Por Carter Foster

Hace unos años, hice un viaje con mi familia a Lexington, Kentucky. Situadas entre hermosos pastizales verdes estaban las haciendas donde se reproducían, se criaban y se cuidaban los famosos caballos ganadores del Kentucky Derby.

Visitamos algunos de los establos donde es­taban los grandes campeones y conversamos con uno de los hombres que los entrenaba y cuidaba. Nos dijo que se pagaba mucho por aparear con estos sementales. Si son campeones del Derby de Kentucky la tarifa es de dos mil a tres mil dóla­res. Pero si engendran a un ganador del Derby, la tarifa sube a cuarenta o cincuenta mil dólares. El caballo más valioso no es sólo el que gana sino el que reproduce también a un ganador. Estos cam­peones nos presentan una parábola de la importan­cia de producir una descendencia capaz de ganar la carrera.

Dios nos está hablando con respecto a impartir nuestro legado a nuestros hijos y un elemento esencial es el compañerismo. Crecemos por medio de la vida que Dios nos imparte, a través uno del otro, y llamamos a este fluir de vida «compañeris­mo.» El compañerismo es el palpitar en las vidas del pueblo comprometido en un pacto con Dios. Ninguno de nosotros está completo en el aisla­miento. Más bien, nos completamos cuando tene­mos compañerismo el uno con el otro. Y tal vez la comunión vital que podamos experimentar es la que viene como familia, en un fluir de vida en­tre padres e hijos.

No estamos completos hasta que nuestras fami­lias lo estén. El amor que viene de Dios, cuando llega a ser parte de nosotros, provoca el deseo de impartirlo a otros y especialmente a nuestros hijos. Pero hay temores dentro de nosotros que obstru­yen la impartición de nuestro amor y de nuestro legado. El enemigo sabe lo importante que es para el pueblo de Dios este compromiso; por eso quiere estorbarlo y ahogar el fluir de vida con el temor. El Salmo 127 que habla sobre cómo edificar la casa, concluye diciendo que los hijos de un hombre nacidos en su juventud son como flechas en su aljaba y que feliz es quien tiene su aljaba llena de ellos. Pero a veces pareciera que el hombre que tiene una casa llena, tiembla. Enfrentamos muchos temores cuando intentamos impartir nuestro legado a nuestros hijos, pero debemos hacerle frente y vencerlos.

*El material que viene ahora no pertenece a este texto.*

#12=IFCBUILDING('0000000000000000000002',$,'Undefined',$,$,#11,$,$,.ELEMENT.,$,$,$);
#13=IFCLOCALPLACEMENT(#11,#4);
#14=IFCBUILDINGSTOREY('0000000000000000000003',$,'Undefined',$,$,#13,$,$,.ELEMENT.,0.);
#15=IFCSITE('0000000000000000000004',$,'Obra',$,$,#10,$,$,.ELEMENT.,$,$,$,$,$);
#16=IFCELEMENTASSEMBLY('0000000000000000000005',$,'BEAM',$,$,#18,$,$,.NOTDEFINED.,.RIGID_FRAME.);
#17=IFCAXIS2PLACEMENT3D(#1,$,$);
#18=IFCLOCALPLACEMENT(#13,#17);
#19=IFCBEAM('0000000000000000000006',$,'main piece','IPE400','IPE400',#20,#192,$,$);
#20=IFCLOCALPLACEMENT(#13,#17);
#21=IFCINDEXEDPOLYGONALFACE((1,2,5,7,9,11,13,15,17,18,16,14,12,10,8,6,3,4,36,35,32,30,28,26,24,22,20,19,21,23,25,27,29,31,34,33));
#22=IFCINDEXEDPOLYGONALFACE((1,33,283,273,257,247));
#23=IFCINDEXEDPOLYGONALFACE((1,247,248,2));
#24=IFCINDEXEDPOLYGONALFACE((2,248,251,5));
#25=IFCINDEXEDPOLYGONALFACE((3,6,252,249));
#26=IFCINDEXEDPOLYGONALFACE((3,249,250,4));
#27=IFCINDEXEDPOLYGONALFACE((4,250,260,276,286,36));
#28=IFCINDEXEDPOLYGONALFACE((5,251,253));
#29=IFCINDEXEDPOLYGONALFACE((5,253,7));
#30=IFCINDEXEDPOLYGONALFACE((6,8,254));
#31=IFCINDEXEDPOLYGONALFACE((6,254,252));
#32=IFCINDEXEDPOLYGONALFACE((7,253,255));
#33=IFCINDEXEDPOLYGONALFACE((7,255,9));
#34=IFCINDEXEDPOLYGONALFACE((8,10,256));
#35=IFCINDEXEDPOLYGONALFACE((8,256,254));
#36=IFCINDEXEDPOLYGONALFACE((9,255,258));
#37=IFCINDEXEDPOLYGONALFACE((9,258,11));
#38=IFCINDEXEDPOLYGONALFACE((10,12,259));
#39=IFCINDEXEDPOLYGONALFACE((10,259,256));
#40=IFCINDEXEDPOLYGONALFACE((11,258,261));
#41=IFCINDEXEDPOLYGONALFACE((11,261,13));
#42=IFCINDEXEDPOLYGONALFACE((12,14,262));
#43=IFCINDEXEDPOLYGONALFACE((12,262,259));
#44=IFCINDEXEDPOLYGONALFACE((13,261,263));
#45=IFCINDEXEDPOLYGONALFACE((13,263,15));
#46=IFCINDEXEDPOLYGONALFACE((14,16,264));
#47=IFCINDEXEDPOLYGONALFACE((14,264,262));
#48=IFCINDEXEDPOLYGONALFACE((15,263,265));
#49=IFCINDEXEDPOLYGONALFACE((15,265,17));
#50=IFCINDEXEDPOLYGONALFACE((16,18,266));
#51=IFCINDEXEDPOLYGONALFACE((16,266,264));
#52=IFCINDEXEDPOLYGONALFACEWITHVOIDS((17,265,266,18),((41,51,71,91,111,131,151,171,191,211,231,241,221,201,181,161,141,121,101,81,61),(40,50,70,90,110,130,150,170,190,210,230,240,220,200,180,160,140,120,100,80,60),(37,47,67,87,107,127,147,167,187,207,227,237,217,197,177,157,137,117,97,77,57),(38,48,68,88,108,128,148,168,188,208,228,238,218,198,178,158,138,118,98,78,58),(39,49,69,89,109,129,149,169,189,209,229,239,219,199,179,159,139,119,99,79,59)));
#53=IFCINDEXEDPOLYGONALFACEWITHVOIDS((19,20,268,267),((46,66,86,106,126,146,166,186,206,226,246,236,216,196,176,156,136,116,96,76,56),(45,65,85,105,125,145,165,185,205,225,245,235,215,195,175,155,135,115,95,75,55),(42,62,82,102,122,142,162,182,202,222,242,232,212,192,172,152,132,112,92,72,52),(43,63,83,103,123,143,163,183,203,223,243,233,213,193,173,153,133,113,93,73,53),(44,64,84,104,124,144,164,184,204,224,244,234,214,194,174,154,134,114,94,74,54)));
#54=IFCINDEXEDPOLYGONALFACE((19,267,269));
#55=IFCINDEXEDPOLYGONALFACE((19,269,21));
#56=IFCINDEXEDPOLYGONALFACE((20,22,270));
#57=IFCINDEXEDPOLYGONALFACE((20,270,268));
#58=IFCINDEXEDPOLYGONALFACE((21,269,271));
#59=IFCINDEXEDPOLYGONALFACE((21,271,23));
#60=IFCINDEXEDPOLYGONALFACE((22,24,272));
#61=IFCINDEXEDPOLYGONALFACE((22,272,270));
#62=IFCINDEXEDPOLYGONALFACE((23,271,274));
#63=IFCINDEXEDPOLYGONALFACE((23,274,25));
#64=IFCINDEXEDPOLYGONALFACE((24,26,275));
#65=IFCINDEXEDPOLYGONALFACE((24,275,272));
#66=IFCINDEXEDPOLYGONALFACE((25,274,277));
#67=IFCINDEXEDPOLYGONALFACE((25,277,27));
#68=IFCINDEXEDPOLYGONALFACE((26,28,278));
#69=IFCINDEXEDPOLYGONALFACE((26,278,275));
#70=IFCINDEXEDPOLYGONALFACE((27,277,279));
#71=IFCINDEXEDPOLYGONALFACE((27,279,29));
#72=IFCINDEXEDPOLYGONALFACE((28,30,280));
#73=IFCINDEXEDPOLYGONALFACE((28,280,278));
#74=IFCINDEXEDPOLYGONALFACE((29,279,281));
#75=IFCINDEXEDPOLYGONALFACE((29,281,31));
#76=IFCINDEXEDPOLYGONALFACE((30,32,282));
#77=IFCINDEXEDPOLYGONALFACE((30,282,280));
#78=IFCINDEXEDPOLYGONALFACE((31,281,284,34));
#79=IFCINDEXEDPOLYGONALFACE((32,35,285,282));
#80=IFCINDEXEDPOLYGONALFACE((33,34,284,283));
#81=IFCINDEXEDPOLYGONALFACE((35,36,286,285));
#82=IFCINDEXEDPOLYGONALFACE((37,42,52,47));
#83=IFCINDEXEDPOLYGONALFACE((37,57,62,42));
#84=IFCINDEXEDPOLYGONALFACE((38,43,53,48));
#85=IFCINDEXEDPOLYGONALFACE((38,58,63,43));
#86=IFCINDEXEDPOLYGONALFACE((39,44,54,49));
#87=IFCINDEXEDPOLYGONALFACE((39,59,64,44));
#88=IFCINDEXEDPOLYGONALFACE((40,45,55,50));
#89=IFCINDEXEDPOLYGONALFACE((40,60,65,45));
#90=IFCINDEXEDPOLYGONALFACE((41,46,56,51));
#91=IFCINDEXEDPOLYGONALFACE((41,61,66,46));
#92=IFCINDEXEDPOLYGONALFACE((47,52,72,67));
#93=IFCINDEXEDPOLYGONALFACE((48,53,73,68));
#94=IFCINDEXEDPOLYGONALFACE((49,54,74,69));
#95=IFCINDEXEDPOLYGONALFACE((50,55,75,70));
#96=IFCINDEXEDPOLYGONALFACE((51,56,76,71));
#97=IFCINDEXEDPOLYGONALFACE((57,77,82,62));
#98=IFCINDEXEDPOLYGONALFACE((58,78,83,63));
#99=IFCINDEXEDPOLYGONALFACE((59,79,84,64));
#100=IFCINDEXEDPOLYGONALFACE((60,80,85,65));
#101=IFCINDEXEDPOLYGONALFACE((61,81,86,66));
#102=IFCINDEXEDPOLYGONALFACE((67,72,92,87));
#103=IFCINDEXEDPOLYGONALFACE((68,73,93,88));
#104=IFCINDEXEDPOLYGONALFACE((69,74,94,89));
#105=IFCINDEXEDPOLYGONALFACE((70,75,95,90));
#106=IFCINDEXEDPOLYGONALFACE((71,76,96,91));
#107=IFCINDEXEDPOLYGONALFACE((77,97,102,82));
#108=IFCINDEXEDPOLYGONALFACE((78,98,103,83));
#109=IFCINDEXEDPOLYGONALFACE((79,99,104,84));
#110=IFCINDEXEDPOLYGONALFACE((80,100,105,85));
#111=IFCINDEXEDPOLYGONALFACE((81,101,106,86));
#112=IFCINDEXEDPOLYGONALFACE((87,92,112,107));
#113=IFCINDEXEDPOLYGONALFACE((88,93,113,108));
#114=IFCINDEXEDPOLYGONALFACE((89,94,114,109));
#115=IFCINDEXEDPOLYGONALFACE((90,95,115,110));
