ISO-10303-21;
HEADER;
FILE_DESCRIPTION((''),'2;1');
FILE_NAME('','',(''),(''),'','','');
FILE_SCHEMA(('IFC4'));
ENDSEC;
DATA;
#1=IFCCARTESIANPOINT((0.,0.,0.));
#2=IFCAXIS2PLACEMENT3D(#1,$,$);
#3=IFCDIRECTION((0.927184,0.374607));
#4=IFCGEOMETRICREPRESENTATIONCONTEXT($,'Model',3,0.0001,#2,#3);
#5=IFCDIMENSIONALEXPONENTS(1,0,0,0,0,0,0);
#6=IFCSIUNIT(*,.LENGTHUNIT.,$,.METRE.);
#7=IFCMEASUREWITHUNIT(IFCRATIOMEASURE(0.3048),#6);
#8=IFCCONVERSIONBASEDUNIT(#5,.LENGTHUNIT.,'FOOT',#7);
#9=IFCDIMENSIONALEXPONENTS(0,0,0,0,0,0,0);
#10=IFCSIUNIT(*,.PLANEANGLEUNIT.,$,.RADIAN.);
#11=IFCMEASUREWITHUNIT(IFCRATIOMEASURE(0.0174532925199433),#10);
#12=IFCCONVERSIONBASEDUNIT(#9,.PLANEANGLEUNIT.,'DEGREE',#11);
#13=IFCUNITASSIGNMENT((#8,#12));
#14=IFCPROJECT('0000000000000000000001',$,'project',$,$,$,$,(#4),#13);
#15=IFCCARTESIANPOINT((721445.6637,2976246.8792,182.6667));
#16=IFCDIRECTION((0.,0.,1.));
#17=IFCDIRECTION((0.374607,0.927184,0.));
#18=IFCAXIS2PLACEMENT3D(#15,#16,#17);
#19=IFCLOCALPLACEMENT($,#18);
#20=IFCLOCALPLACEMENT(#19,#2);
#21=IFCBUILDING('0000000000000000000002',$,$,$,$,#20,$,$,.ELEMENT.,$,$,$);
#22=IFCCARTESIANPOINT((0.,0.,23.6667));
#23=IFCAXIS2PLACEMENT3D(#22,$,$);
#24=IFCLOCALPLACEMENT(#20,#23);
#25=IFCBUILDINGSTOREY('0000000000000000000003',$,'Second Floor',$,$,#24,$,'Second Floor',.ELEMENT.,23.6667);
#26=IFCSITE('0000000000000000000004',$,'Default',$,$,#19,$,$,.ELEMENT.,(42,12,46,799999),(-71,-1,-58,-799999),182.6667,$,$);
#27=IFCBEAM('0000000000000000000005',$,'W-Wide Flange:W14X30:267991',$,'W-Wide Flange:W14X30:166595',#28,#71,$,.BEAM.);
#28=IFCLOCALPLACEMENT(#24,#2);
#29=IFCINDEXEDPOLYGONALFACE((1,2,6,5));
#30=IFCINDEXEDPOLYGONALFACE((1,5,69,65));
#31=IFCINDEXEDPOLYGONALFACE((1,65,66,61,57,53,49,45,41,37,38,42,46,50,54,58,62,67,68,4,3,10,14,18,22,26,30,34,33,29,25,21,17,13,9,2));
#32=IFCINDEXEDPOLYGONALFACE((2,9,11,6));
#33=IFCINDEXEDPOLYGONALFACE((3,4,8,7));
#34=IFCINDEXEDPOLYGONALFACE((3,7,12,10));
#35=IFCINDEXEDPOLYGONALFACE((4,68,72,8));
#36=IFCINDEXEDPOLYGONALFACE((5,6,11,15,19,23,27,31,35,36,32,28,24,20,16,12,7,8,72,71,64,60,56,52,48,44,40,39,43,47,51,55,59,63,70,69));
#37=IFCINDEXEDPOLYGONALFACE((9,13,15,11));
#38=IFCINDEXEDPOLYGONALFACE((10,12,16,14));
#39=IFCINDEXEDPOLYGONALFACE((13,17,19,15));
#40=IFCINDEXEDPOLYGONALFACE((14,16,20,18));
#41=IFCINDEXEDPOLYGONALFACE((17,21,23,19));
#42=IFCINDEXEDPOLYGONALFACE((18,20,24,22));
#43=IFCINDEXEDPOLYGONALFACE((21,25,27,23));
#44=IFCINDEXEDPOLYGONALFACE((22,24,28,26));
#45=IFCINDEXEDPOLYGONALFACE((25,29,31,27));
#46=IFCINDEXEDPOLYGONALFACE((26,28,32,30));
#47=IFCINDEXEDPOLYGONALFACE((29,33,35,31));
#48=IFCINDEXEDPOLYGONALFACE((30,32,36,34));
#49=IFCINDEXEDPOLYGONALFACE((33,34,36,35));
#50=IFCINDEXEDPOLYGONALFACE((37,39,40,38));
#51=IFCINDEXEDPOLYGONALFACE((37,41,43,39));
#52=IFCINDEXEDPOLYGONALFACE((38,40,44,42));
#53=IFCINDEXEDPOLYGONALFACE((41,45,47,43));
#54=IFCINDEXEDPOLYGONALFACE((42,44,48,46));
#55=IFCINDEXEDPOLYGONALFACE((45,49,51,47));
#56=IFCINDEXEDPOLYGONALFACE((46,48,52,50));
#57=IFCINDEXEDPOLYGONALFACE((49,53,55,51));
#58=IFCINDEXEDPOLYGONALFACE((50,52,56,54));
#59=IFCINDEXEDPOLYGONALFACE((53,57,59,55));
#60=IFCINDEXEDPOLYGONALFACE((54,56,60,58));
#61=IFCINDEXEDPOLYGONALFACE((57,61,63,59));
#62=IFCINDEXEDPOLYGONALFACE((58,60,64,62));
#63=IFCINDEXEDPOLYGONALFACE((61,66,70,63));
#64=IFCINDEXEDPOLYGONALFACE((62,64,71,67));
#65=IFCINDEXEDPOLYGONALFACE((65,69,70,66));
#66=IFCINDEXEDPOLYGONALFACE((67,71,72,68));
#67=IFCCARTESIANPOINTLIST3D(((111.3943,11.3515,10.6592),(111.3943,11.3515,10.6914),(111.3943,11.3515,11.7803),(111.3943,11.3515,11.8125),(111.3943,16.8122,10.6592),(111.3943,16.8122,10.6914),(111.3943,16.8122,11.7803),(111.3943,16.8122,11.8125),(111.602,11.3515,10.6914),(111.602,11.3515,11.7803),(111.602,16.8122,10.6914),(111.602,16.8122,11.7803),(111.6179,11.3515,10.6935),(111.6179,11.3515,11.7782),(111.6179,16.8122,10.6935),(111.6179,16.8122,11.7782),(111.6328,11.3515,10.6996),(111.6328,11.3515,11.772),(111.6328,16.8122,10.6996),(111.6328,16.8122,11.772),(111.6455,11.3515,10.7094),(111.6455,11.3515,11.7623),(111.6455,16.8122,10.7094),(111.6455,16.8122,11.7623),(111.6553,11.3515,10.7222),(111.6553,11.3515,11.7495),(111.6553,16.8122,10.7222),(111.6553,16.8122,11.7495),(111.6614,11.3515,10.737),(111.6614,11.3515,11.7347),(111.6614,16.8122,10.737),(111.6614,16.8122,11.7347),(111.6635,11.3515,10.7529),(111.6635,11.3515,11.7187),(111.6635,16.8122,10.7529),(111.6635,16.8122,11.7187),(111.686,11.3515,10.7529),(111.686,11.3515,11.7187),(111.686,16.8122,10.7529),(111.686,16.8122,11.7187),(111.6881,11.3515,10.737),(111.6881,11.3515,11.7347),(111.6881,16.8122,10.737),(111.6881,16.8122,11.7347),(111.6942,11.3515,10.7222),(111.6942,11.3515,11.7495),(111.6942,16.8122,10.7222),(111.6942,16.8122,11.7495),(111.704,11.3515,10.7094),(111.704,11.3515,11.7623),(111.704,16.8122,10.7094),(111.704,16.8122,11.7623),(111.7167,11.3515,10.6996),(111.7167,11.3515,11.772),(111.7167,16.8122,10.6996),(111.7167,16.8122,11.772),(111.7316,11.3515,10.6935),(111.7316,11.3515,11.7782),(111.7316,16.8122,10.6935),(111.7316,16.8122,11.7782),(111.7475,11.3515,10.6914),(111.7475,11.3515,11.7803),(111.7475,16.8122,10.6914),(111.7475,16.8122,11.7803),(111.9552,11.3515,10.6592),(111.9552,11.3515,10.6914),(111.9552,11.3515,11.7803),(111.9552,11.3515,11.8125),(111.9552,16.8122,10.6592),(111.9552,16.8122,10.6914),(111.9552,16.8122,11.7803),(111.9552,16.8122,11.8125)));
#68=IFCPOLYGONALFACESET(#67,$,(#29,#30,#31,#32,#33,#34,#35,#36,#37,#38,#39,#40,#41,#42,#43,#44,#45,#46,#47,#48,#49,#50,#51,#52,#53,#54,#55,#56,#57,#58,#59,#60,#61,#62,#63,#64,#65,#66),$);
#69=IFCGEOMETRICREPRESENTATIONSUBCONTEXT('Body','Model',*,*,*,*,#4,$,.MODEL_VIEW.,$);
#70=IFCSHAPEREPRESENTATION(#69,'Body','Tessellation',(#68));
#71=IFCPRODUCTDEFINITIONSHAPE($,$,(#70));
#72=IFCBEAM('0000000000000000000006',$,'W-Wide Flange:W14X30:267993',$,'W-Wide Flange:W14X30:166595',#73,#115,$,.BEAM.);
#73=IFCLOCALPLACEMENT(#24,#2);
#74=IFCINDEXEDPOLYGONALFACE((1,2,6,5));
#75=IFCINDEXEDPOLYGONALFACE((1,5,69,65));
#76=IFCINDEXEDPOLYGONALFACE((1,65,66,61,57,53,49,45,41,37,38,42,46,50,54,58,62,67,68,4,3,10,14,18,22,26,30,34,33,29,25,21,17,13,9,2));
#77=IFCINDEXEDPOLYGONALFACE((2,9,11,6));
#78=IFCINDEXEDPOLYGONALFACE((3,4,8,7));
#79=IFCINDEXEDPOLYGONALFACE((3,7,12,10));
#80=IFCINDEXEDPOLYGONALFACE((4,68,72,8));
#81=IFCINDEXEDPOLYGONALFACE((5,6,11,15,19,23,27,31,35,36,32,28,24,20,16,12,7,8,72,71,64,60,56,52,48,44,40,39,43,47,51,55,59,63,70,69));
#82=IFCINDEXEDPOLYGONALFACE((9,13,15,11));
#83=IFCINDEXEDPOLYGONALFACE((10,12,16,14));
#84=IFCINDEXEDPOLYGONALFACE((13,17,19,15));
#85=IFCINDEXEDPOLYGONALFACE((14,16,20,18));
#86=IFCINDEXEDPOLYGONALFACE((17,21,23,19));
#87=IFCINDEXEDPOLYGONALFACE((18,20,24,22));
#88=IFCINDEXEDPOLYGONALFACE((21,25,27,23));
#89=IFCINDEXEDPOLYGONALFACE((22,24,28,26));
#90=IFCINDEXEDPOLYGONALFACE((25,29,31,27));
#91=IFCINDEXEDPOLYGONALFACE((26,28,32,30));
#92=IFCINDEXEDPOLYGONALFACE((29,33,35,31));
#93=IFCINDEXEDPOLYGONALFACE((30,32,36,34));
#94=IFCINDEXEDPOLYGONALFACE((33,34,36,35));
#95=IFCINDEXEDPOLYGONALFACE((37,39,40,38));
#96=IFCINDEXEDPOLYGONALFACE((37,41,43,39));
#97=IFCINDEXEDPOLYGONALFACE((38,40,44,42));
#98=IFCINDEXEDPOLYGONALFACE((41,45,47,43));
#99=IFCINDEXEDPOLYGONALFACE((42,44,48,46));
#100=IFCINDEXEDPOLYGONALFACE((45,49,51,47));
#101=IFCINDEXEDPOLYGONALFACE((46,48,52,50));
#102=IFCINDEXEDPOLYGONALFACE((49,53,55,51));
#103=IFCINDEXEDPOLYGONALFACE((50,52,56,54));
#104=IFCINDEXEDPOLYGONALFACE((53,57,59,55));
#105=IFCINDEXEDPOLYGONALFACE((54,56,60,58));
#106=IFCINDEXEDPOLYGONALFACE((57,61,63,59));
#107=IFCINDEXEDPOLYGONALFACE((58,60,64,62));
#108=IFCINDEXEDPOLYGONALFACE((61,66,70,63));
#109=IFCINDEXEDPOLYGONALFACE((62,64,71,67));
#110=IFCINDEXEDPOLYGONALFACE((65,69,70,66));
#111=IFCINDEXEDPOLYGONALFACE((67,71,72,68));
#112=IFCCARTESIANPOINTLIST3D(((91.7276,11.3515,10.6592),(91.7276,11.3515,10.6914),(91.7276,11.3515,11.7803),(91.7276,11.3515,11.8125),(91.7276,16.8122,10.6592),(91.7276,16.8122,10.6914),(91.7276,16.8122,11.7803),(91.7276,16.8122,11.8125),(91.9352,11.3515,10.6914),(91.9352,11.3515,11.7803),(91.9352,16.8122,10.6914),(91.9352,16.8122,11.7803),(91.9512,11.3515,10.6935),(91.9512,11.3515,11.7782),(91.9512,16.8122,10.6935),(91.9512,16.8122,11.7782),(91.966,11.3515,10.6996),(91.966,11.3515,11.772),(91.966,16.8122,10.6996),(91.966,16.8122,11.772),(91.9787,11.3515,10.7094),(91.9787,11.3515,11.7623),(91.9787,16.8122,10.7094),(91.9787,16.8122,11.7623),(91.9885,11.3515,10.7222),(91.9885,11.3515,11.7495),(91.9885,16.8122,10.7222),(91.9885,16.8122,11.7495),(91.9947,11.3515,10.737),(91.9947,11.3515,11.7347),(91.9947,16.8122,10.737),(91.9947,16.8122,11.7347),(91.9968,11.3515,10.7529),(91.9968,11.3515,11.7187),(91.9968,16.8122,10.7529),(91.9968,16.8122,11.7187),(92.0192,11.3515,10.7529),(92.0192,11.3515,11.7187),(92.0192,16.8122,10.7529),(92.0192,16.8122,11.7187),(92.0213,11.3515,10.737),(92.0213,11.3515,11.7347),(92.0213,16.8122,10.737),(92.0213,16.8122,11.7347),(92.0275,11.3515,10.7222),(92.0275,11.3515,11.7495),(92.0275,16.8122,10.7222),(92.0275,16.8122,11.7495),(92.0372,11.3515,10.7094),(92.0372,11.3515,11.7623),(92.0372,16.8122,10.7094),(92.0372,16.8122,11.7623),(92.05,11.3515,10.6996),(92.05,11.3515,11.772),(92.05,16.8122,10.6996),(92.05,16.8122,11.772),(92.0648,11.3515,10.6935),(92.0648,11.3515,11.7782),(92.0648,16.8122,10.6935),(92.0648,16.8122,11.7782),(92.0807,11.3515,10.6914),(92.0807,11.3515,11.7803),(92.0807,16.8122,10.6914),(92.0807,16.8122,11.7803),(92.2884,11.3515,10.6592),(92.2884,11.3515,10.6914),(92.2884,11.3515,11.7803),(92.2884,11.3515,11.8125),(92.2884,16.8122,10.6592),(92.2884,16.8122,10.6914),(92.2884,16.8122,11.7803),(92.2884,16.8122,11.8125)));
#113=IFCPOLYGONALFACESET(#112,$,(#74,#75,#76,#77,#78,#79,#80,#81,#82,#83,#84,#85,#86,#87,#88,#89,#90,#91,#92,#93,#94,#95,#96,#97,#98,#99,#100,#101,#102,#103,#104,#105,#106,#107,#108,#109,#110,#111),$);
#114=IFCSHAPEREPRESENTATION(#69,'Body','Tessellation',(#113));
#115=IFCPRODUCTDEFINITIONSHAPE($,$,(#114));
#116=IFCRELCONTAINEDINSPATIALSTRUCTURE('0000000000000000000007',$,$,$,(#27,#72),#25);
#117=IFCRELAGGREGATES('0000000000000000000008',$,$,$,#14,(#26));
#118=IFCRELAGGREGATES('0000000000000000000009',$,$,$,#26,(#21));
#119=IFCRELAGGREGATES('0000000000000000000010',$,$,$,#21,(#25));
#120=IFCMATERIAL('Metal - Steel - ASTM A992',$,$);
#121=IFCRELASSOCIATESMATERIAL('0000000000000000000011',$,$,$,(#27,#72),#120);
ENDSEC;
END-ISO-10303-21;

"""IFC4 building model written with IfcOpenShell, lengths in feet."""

from ifc_helpers import new_model, entity, si_unit, converted_unit, direction, frame, frame_2d, origin, place, context, subcontext, project, spatial, i_section, extrude, material, element, save


model = new_model("IFC4")

# Units and contexts
model_context = context("Model", 3, precision=0.0001, world=origin(), true_north=direction((0.927184, 0.374607)))
body_context = subcontext(model_context, "Body", "Model", "MODEL_VIEW")
ifc_project = project(units=[converted_unit("LENGTHUNIT", "FOOT", entity("IfcRatioMeasure", 0.3048), si_unit("LENGTHUNIT", "METRE"), dimensions=[1, 0, 0, 0, 0, 0, 0]), converted_unit("PLANEANGLEUNIT", "DEGREE", entity("IfcRatioMeasure", 0.0174532925199433), si_unit("PLANEANGLEUNIT", "RADIAN"), dimensions=[0, 0, 0, 0, 0, 0, 0])], contexts=[model_context])

# Site, building, storey
site_placement = place(None, frame((721445.6637, 2976246.8792, 182.6667), z_axis=(0.0, 0.0, 1.0), x_axis=(0.374607, 0.927184, 0.0)))
site = spatial("IfcSite", under=ifc_project, at=site_placement, Name="Default", CompositionType="ELEMENT", RefLatitude=(42, 12, 46, 799999), RefLongitude=(-71, -1, -58, -799999), RefElevation=182.6667)
building_placement = place(site_placement, origin())
building = spatial("IfcBuilding", under=site, at=building_placement, CompositionType="ELEMENT")
storey_placement = place(building_placement, frame((0.0, 0.0, 23.6667)))
storey = spatial("IfcBuildingStorey", under=building, at=storey_placement, Name="Second Floor", LongName="Second Floor", CompositionType="ELEMENT", Elevation=23.6667)

# Shared definitions
ifc_material_1 = material(Name="Metal - Steel - ASTM A992")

En Isaías 58: 12 leemos lo siguiente:

Y los tuyos edificarán las ruinas antiguas; los cimientos de generación y generación levanta­rás, y serás llamado reparador de portillos, res­taurador de calzadas para habitar.

Hemos sido llamados a reparar los portillos en las relaciones familiares. Los temores que nos im­pidan hacerlo deben ser expuestos a la luz de la realidad. En San Antonio cae muy a menudo una neblina matutina que se queda hasta las nueve o diez de la mañana. Pero cuando el sol comienza a brillar, despeja la niebla. Dios nos ayudará a des­pejar los temores que el enemigo usa para empañar nuestra visión. Con su ayuda podemos enfrentar estos temores y rechazar las mentiras del enemigo en las que se basa para restringir nuestro compañe­rismo familiar y para obstruir la impartición de nuestro legado.

Temores

¿Cuáles son los temores que impiden que un padre y una madre compartan su vida y tengan compañerismo con sus hijos? Uno de ellos es la creencia de que no tenemos nada que enseñar a nuestros hijos. Sin embargo, la verdad es que hay un sinnúmero de cosas que las Escrituras dicen que los hijos necesitan aprender y nosotros ya he­mos pasado por esas experiencias y podemos ense­ñarlas a ellos. Por ejemplo, Deuteronomio capítulo 6 dice:

Para que temas a Jehová tu Dios, guardando todos sus estatutos y sus mandamientos que yo te mando, tú, tu hijo, y el hijo de tu hijo, todos los días de tu vida, para que tus días sean prolongados. Oye, pues, oh Israel, y cuida de ponerlos por obra, para que te vaya bien en la tierra que fluye leche y miel, y os multipliquéis, como te ha dicho Jehová el Dios de tus padres (vs.2-3).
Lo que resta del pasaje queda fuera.